About this task: Could you work out how many lines of the material below hold "IFCSIUNIT"? Only the number is needed.

Supplied records Block Start

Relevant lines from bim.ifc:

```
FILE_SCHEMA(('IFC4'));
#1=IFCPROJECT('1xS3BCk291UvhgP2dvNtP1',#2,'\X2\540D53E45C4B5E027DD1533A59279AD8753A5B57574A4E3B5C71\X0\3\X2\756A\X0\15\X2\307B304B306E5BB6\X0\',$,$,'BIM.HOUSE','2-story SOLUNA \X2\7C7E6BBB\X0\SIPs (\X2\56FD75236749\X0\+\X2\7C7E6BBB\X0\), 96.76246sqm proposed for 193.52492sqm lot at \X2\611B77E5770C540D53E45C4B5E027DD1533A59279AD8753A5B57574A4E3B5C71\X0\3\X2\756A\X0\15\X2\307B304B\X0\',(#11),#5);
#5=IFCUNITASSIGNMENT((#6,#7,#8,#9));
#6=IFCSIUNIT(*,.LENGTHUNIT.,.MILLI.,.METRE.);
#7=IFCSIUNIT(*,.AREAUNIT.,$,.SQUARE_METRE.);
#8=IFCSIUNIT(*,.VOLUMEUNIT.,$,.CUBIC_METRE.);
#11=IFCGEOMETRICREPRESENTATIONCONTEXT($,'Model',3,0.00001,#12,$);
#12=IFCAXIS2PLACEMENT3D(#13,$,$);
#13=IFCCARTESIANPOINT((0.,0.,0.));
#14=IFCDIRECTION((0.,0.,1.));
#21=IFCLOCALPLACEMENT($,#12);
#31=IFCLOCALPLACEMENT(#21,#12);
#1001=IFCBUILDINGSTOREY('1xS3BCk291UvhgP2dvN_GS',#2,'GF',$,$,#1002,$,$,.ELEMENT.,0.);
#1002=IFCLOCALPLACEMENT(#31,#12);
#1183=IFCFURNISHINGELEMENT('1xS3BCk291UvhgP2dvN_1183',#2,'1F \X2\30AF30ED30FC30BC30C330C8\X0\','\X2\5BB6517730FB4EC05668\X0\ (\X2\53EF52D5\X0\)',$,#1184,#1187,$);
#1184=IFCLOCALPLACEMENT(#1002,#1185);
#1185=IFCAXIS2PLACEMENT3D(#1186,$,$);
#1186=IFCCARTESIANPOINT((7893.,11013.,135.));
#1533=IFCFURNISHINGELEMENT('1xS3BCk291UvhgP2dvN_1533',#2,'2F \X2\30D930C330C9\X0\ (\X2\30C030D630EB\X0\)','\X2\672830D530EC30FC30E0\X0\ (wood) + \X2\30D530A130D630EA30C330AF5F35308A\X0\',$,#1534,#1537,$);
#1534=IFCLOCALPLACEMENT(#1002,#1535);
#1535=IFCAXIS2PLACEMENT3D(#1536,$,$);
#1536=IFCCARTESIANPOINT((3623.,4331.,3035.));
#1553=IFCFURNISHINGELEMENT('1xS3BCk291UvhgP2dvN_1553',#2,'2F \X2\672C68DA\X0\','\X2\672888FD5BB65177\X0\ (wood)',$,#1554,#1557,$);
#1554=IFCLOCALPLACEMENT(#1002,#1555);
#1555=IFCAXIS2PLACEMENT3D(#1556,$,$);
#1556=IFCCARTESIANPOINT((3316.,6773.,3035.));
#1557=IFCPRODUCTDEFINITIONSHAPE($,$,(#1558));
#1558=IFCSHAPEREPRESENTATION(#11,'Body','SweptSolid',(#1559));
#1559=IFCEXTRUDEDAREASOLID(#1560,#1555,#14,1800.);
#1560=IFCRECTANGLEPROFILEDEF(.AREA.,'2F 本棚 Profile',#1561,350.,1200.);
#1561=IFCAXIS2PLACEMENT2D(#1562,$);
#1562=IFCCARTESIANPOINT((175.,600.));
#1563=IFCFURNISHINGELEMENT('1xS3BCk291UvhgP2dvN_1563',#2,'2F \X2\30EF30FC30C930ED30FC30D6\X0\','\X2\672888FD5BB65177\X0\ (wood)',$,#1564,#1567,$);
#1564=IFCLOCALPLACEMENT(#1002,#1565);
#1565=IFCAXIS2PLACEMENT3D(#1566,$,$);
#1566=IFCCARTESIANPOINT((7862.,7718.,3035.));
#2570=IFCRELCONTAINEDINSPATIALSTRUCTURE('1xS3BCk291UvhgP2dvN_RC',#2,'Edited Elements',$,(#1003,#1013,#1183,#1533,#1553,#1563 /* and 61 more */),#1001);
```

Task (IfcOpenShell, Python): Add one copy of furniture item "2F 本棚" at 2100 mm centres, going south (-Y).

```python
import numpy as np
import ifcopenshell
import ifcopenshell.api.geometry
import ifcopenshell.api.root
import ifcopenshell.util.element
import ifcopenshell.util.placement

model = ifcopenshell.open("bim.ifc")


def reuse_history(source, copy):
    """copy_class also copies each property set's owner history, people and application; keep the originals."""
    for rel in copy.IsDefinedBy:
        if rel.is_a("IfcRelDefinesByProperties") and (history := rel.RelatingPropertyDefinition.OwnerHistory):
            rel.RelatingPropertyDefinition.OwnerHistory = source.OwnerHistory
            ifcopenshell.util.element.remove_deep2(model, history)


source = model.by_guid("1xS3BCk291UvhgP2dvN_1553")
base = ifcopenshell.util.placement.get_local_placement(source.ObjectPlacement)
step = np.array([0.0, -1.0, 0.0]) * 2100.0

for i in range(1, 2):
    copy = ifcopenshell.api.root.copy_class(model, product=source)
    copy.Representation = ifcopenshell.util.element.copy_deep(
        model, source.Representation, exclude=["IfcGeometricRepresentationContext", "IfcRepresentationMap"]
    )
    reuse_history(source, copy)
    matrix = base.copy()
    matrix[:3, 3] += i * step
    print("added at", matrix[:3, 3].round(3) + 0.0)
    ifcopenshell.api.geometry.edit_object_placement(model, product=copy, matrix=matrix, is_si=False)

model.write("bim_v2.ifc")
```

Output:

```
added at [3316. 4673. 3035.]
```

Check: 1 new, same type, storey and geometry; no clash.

Supplied records Block End
Supplied records Block Start

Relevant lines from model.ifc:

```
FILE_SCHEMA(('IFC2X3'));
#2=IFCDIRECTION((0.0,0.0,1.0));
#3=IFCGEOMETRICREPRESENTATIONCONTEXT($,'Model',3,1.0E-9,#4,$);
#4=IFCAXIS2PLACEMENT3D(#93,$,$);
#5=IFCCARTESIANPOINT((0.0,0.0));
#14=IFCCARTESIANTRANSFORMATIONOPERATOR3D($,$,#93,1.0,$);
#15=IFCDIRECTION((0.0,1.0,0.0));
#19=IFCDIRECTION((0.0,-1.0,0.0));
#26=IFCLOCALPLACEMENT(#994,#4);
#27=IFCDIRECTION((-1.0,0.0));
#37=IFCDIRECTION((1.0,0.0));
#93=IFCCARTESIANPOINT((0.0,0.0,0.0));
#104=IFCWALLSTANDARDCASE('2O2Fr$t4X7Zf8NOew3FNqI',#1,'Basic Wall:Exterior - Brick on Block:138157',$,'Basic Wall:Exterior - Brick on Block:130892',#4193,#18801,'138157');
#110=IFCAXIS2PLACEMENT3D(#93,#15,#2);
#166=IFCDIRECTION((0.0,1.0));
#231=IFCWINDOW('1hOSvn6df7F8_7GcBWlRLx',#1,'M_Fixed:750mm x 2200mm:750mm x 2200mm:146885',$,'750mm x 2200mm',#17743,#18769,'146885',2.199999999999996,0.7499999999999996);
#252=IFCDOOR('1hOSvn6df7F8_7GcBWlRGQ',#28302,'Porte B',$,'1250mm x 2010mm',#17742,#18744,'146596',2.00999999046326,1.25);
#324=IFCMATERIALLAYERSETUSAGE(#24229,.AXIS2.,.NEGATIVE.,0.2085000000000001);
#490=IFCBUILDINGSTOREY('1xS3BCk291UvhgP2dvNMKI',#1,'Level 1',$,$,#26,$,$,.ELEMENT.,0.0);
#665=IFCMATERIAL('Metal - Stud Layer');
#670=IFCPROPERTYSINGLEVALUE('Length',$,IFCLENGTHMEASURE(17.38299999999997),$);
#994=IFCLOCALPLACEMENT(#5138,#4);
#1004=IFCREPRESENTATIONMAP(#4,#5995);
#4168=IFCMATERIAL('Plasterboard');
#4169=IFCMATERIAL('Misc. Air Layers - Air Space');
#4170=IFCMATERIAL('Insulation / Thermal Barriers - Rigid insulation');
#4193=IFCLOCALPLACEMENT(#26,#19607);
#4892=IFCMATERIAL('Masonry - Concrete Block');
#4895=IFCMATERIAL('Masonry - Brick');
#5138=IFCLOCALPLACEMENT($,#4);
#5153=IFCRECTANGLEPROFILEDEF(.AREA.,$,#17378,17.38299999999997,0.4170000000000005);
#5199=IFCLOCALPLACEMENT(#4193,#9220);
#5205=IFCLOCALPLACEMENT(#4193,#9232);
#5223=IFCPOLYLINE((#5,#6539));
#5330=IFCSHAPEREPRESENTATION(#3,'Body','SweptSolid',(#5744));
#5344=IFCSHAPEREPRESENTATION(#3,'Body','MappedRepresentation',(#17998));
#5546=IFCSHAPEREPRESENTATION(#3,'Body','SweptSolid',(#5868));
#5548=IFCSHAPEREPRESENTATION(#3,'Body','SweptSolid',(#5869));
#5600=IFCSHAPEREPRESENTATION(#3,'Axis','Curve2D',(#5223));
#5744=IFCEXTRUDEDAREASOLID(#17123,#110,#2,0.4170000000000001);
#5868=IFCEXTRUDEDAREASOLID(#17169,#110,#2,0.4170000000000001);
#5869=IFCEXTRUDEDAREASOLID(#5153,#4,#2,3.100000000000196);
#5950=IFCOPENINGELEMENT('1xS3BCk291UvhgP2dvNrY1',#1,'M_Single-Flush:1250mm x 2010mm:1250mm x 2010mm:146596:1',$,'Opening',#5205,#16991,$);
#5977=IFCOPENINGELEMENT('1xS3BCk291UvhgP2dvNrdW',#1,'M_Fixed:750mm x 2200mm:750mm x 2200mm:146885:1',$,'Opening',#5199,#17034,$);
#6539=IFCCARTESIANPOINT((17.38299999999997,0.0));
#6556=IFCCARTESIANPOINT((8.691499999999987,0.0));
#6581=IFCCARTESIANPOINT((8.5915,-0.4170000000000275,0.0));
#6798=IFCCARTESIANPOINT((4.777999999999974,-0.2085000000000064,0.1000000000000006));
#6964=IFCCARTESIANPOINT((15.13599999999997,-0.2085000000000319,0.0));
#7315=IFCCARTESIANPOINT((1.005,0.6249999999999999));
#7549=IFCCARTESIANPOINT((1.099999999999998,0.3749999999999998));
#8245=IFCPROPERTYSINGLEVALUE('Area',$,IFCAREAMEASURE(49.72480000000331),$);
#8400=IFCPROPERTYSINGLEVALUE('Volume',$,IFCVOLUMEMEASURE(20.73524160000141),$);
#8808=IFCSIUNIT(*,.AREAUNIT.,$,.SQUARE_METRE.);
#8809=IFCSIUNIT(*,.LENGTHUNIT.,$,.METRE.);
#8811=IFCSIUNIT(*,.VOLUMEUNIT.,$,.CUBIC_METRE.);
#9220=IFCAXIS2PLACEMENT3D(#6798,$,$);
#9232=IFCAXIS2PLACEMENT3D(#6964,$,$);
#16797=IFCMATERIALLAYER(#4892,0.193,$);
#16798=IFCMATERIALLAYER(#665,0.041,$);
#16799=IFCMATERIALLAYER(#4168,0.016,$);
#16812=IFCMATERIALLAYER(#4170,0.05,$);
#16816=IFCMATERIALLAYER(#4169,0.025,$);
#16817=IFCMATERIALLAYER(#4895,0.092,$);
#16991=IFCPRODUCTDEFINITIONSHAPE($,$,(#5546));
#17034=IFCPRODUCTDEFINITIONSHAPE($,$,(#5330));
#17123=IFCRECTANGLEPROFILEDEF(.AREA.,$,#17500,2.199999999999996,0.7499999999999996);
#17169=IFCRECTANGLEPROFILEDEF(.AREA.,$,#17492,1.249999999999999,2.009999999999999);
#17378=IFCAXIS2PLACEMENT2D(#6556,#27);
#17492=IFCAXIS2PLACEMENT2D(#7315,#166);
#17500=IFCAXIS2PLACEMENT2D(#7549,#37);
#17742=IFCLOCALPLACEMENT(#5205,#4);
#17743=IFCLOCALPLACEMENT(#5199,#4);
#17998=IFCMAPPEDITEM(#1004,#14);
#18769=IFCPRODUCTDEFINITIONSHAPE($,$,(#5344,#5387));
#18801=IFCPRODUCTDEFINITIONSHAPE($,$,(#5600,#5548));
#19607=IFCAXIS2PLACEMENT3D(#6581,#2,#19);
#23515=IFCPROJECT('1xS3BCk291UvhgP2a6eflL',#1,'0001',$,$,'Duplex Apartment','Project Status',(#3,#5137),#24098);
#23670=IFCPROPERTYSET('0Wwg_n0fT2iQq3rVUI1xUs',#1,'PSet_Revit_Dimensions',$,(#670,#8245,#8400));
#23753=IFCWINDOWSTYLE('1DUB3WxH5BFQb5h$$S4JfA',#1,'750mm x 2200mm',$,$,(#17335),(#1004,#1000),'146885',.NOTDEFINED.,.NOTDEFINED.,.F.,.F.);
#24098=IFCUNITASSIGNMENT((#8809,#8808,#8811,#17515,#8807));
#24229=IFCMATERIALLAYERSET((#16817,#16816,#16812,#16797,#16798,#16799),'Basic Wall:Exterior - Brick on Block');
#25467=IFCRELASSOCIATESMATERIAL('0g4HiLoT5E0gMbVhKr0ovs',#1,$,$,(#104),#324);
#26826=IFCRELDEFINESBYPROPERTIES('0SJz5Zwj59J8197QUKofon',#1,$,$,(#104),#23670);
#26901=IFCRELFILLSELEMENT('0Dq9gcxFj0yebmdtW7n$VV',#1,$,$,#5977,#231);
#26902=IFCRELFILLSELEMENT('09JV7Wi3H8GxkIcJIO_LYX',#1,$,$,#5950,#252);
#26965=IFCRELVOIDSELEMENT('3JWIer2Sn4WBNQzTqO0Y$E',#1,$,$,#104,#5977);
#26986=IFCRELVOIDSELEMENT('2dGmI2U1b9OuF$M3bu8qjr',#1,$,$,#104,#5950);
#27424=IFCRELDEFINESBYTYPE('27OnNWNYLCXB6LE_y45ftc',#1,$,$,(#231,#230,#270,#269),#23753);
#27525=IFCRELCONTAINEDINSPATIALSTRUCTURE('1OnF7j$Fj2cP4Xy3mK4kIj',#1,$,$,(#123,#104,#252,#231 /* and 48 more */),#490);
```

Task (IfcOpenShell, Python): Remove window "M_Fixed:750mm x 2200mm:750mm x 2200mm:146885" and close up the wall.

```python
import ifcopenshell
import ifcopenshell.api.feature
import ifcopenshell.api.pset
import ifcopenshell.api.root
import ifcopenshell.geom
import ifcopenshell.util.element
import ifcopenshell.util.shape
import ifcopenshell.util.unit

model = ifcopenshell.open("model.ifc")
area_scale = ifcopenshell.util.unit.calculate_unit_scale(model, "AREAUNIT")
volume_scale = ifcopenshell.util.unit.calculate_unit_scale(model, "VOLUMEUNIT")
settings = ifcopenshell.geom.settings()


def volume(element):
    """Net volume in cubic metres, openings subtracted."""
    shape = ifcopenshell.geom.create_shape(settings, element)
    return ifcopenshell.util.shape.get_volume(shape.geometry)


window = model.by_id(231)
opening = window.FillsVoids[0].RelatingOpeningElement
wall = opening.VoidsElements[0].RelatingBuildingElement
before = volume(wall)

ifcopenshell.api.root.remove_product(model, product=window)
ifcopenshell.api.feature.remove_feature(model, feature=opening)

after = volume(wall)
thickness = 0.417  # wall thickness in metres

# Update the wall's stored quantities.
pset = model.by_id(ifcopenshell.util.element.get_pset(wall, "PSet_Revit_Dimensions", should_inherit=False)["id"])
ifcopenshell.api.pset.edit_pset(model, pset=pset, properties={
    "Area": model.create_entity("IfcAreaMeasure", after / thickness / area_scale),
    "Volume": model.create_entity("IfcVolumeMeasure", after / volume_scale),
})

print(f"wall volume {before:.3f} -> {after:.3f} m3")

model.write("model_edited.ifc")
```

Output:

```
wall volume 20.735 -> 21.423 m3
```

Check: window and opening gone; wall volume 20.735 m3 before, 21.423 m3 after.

Supplied records Block End

Written solution: 6